Nous avons choisi de travailler sur un modèle impliquant 2 espèces très proches, le chamois (Rupicapra rupicapra) et la chèvre (Capra hircus). La région ciblée est une partie de l’ADN mitochondrial, plus abondant que l’ADN nucléaire dans les cellules. Une cellule animale contient entre 800 et 1000 mitochondries, chacune ayant de 2 à 6 molécules d’ADN circulaire (Gardner 1984). Statistiquement, l’ADN le plus probable est donc l’ADN mitochondrial. De plus, l’ADN mitochondrial évolue plus vite que l’ADN nucléaire, ce qui permet d’obtenir sur une région de taille restreinte la variabilité nécessaire à la discrimination d’espèces proches. Nous nous intéressons plus particulièrement au gène codant pour l’ARN ribosomial 12S, dont l’étude permet d’identifier et de discriminer des séquences d’ADN proches (Girish, Anjaneyulu et al. 2004; Pegels, Gonzalez et al. 2011).

Les séquences des espèces d’intérêt, ici chamois et chèvre, sont téléchargées sur le site du NCBI (National Center for Biotechnology Information), qui met à disposition une

bibliothèque de toutes les parties de génomes séquencées jusqu’à présent en ligne (http://www.ncbi.nlm.nih.gov/genbank/). On utilise le logiciel Seaview (Galtier, Gouy et al. 1996; Gouy, Guindon et al. 2010), qui permet d’aligner manuellement ou automatiquement des séquences d’acides nucléiques ou de protéines. Les séquences peuvent être directement téléchargées en format FASTA, qui est lu par Seaview sans avoir besoin de le convertir au format texte.

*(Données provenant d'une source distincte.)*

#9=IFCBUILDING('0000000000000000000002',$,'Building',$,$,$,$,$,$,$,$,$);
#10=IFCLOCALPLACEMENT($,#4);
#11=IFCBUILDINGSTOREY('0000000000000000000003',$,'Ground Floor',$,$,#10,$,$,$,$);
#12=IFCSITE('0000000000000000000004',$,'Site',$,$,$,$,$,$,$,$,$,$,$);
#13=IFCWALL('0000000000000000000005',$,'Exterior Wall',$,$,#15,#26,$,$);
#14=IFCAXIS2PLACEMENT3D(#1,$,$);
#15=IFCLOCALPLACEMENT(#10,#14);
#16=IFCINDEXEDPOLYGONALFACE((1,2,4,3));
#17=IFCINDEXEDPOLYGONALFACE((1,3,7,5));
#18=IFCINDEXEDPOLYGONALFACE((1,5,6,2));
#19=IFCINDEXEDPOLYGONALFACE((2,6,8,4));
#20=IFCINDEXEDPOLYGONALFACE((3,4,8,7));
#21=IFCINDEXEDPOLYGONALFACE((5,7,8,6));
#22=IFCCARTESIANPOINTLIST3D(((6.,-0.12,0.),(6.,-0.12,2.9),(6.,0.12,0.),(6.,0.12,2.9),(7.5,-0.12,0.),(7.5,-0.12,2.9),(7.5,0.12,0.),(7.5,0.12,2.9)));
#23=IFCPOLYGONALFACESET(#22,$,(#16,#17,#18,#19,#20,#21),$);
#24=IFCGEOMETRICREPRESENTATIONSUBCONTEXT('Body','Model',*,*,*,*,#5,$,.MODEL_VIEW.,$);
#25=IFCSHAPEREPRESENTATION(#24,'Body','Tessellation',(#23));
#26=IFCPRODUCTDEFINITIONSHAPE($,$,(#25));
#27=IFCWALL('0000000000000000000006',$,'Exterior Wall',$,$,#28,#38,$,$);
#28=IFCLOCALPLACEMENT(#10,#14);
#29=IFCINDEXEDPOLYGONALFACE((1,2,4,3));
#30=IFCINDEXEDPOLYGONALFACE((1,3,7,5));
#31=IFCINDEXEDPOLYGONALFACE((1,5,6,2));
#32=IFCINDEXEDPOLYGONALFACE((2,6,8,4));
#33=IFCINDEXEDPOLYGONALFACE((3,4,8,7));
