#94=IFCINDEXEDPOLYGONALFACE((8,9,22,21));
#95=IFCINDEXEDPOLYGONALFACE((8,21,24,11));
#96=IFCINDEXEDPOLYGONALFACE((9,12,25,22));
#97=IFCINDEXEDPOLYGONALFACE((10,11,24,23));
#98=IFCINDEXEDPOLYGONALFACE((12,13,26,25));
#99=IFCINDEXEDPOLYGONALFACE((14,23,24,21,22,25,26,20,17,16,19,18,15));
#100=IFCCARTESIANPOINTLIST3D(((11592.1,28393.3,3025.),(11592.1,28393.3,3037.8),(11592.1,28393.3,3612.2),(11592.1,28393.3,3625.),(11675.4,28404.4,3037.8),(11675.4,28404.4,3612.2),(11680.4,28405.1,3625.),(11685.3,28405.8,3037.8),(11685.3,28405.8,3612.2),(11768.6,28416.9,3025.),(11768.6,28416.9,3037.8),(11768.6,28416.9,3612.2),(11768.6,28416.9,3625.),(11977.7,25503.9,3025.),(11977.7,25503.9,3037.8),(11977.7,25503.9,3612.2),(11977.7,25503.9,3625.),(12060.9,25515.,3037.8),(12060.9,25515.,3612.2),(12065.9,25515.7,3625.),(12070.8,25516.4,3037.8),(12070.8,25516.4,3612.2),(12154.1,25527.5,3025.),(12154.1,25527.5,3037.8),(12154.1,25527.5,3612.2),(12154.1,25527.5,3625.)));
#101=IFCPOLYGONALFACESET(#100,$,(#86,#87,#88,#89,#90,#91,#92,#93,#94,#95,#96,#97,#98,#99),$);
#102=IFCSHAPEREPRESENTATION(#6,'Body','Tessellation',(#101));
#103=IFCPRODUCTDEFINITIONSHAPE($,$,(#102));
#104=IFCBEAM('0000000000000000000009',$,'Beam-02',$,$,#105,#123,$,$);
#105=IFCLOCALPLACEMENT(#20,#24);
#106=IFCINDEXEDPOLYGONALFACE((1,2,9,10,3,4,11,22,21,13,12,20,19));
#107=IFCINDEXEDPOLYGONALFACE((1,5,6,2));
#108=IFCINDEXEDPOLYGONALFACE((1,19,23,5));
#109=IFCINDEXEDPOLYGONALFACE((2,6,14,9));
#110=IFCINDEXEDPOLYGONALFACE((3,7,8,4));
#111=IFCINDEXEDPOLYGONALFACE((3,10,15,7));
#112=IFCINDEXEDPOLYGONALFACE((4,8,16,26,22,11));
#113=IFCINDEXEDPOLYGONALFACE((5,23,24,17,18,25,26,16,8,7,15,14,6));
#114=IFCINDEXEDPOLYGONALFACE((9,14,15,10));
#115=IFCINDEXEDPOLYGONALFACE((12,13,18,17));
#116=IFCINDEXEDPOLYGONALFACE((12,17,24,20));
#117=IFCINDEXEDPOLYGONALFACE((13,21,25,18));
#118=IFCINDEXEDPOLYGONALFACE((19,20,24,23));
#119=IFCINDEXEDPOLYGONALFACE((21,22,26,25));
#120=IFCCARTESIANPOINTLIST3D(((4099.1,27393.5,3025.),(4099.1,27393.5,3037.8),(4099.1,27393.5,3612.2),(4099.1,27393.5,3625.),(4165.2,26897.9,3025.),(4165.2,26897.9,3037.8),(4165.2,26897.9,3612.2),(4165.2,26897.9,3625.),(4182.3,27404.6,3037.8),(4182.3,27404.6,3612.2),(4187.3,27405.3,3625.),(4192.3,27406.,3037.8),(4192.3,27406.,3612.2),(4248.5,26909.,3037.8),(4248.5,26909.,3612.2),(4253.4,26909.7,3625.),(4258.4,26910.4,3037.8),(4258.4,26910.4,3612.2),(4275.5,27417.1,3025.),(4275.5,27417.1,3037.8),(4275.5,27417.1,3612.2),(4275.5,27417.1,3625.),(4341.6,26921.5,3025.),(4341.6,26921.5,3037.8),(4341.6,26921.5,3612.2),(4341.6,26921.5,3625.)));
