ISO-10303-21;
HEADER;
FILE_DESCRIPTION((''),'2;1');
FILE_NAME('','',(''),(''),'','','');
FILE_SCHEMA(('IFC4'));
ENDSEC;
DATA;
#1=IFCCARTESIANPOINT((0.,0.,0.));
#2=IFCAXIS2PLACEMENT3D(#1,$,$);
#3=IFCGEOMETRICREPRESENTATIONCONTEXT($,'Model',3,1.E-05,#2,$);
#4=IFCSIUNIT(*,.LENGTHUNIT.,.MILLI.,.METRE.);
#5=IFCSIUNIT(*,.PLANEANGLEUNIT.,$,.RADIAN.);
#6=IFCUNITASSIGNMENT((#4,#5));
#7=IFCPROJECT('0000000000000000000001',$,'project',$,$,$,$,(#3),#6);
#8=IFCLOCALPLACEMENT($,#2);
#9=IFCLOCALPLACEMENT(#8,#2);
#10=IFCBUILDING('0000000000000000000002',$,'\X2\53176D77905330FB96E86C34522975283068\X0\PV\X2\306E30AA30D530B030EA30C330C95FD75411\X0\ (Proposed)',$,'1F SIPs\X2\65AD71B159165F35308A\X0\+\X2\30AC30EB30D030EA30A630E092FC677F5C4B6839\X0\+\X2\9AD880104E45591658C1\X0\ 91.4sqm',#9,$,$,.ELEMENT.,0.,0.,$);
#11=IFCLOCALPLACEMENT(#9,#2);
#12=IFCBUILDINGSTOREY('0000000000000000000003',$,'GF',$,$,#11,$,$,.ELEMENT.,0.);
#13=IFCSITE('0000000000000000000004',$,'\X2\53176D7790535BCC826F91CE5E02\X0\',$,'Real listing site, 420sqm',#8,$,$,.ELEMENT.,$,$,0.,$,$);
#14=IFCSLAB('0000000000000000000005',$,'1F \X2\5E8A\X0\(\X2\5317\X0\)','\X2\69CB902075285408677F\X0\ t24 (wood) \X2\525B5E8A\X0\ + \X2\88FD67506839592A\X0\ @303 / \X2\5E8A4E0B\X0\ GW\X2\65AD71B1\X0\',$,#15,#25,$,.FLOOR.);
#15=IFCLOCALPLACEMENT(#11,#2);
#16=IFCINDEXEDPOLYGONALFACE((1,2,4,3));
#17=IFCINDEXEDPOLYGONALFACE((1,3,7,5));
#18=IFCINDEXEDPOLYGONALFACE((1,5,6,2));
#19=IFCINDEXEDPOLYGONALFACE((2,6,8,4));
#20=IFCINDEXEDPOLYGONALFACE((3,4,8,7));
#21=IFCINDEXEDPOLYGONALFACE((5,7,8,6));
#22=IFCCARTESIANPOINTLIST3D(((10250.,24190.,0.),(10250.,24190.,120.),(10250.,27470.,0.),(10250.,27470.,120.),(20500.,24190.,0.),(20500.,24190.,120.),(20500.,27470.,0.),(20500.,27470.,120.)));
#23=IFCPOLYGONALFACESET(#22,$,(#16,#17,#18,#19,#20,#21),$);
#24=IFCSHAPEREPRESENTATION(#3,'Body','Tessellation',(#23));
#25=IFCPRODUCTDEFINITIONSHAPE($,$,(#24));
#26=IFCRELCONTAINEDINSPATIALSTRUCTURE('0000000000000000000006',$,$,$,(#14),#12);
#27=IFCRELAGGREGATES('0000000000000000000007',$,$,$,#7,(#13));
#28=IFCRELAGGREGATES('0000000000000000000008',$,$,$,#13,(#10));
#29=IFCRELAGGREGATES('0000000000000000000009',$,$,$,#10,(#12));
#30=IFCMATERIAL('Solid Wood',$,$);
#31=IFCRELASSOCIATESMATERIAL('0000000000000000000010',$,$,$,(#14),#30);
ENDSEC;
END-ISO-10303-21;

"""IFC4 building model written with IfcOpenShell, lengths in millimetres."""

from ifc_helpers import new_model, si_unit, frame, frame_2d, origin, place, context, project, spatial, rectangle, extrude, material, element, save


model = new_model("IFC4")

# Units and contexts
model_context = context("Model", 3, precision=1e-05, world=origin())
ifc_project = project(units=[si_unit("LENGTHUNIT", "METRE", prefix="MILLI"), si_unit("PLANEANGLEUNIT", "RADIAN")], contexts=[model_context])

# Site, building, storey
site_placement = place(None, origin())
site = spatial("IfcSite", under=ifc_project, at=site_placement, Name="北海道富良野市", ObjectType="Real listing site, 420sqm", CompositionType="ELEMENT", RefElevation=0.0)
building_placement = place(site_placement, origin())
building = spatial("IfcBuilding", under=site, at=building_placement, Name="北海道・雨水利用とPVのオフグリッド志向 (Proposed)", ObjectType="1F SIPs断熱外張り+ガルバリウム鋼板屋根+高耐久外壁 91.4sqm", CompositionType="ELEMENT", ElevationOfRefHeight=0.0, ElevationOfTerrain=0.0)
storey_placement = place(building_placement, origin())
storey = spatial("IfcBuildingStorey", under=building, at=storey_placement, Name="GF", CompositionType="ELEMENT", Elevation=0.0)

# Shared definitions
ifc_material_1 = material(Name="Solid Wood")

# Slab
slab_placement = place(storey_placement, frame((5125.0, 12095.0, 0.0)))
element("IfcSlab", 1, at=slab_placement, inside=storey, material=ifc_material_1, Name="1F 床(北)", Description="構造用合板 t24 (wood) 剛床 + 製材根太 @303 / 床下 GW断熱", PredefinedType="FLOOR", context=model_context, shape_type="SweptSolid", body=[
    extrude(rectangle(XDim=10250.0, YDim=3280.0, at=frame_2d((5125.0, 1640.0))), frame((5125.0, 12095.0, 0.0)), (0.0, 0.0, 1.0), 120.0),
])

save(model, "model.ifc")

Le but étant de travailler sur une séquence spécifique uniquement de l’espèce visée, on recherche une zone où la séquence d’intérêt présente plusieurs différences, ou mismatchs, par rapport aux séquences de contaminants courants, afin de limiter considérablement le risque de contaminations. Le principal contaminant à considérer est l’humain Homo sapiens. Le porc Sus scrofa, le bœuf Bos taurus, le poulet Gallus gallus… sont également considérés comme des contaminants universels, en raison de leur omniprésence dans notre alimentation. Nous avons ainsi choisi de travailler sur une séquence d’ADN mitochondrial de chamois (Rupicapra rupicapra) de 139 bases (gène du 12S RNA). Une séquence d’ADN mitochondrial de 138 bases de Capra hircus (chèvre), homologue à notre séquence d’ADN cible, sert de contrôle de spécificité de la méthode. Elle diffère de la séquence cible par 1 délétion et 14 mismatchs, dont seulement 4 sont situées dans la zone d’hybridation de la sonde de capture et 3 dans la zone d’hybridation de la sonde de détection. On étudiera donc des échantillons d’ADN cible, des échantillons d’ADN non-cible, ainsi que des mélanges de ces 2 séquences d’ADN.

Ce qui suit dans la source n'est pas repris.